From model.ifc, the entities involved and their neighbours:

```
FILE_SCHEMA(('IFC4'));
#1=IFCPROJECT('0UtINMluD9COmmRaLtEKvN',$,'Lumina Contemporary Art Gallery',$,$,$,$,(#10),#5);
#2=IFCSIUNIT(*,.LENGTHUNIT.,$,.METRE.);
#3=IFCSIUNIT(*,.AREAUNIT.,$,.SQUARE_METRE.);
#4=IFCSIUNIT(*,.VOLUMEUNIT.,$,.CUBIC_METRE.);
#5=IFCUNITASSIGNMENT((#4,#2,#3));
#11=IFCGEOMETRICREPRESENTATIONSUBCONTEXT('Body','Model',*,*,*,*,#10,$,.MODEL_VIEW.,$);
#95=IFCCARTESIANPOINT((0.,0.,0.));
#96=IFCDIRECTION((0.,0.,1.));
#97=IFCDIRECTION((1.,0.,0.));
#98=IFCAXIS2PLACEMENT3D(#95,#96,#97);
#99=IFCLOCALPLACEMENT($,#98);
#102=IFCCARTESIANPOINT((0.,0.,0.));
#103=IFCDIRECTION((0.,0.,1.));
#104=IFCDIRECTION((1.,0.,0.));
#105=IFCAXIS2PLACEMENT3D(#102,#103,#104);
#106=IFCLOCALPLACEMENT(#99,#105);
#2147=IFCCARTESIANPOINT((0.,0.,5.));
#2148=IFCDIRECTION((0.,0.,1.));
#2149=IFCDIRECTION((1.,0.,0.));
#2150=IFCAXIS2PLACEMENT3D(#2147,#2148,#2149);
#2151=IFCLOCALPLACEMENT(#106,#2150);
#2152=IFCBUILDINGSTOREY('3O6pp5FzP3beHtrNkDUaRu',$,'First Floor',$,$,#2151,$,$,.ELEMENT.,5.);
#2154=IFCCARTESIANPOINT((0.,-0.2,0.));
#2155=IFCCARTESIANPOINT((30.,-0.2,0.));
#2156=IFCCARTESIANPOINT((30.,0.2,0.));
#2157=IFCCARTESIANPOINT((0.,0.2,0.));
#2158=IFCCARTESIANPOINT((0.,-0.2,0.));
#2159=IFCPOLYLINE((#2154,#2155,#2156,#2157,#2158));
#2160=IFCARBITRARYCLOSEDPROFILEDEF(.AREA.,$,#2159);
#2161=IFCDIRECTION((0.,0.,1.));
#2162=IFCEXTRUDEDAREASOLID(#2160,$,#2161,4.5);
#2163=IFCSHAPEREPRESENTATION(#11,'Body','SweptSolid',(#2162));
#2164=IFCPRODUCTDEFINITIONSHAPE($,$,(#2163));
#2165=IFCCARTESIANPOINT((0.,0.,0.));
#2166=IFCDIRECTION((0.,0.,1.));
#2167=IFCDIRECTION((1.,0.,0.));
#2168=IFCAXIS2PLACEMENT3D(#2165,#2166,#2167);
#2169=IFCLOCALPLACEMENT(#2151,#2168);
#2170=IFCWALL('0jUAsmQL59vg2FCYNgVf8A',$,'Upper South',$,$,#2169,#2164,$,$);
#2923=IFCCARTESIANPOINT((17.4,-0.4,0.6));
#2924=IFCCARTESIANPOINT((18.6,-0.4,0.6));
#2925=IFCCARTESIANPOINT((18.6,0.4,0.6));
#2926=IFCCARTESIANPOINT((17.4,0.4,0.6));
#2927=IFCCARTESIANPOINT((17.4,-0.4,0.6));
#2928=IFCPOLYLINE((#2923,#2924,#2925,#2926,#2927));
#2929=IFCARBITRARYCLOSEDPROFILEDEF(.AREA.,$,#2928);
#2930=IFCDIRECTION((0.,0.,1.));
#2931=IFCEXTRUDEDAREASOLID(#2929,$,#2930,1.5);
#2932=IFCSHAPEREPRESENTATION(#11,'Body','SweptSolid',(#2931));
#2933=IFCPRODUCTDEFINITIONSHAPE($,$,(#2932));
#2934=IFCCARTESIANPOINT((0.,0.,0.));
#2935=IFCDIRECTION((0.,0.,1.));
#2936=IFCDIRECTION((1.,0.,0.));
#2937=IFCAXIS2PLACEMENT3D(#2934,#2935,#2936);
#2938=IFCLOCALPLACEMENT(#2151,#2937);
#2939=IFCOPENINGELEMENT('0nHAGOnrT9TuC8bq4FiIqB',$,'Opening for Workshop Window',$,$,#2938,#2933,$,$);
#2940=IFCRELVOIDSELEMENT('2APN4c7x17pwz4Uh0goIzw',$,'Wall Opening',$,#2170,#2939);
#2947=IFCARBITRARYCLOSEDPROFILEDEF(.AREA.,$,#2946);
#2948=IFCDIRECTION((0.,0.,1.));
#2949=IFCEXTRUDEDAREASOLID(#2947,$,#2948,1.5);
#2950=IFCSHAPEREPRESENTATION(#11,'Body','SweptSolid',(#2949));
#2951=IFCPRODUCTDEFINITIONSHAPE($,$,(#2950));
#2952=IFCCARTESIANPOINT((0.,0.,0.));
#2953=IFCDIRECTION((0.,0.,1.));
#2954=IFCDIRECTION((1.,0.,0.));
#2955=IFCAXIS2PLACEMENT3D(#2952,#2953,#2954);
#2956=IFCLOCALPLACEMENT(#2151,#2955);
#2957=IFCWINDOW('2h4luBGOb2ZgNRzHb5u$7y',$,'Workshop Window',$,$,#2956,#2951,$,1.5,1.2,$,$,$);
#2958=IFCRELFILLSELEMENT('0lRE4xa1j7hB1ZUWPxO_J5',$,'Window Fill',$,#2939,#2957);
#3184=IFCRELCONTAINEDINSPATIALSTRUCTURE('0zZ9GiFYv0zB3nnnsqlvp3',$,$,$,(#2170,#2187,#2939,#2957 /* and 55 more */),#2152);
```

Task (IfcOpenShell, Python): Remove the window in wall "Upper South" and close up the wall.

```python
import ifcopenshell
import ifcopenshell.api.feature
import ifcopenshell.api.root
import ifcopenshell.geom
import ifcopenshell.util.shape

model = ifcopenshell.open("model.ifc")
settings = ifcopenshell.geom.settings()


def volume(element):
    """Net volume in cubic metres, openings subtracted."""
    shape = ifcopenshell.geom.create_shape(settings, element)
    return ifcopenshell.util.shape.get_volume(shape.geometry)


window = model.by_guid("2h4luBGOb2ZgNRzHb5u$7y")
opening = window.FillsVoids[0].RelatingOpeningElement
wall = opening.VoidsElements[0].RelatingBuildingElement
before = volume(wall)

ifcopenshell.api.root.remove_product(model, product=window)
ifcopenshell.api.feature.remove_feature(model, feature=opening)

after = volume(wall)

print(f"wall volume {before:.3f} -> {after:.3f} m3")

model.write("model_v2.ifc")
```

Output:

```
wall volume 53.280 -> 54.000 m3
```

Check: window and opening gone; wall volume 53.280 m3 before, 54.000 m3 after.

-=-=-

If a line in the listing has "Workshop" in it, report that line.

#2939=IFCOPENINGELEMENT('0nHAGOnrT9TuC8bq4FiIqB',$,'Opening for Workshop Window',$,$,#2938,#2933,$,$);
#2957=IFCWINDOW('2h4luBGOb2ZgNRzHb5u$7y',$,'Workshop Window',$,$,#2956,#2951,$,1.5,1.2,$,$,$);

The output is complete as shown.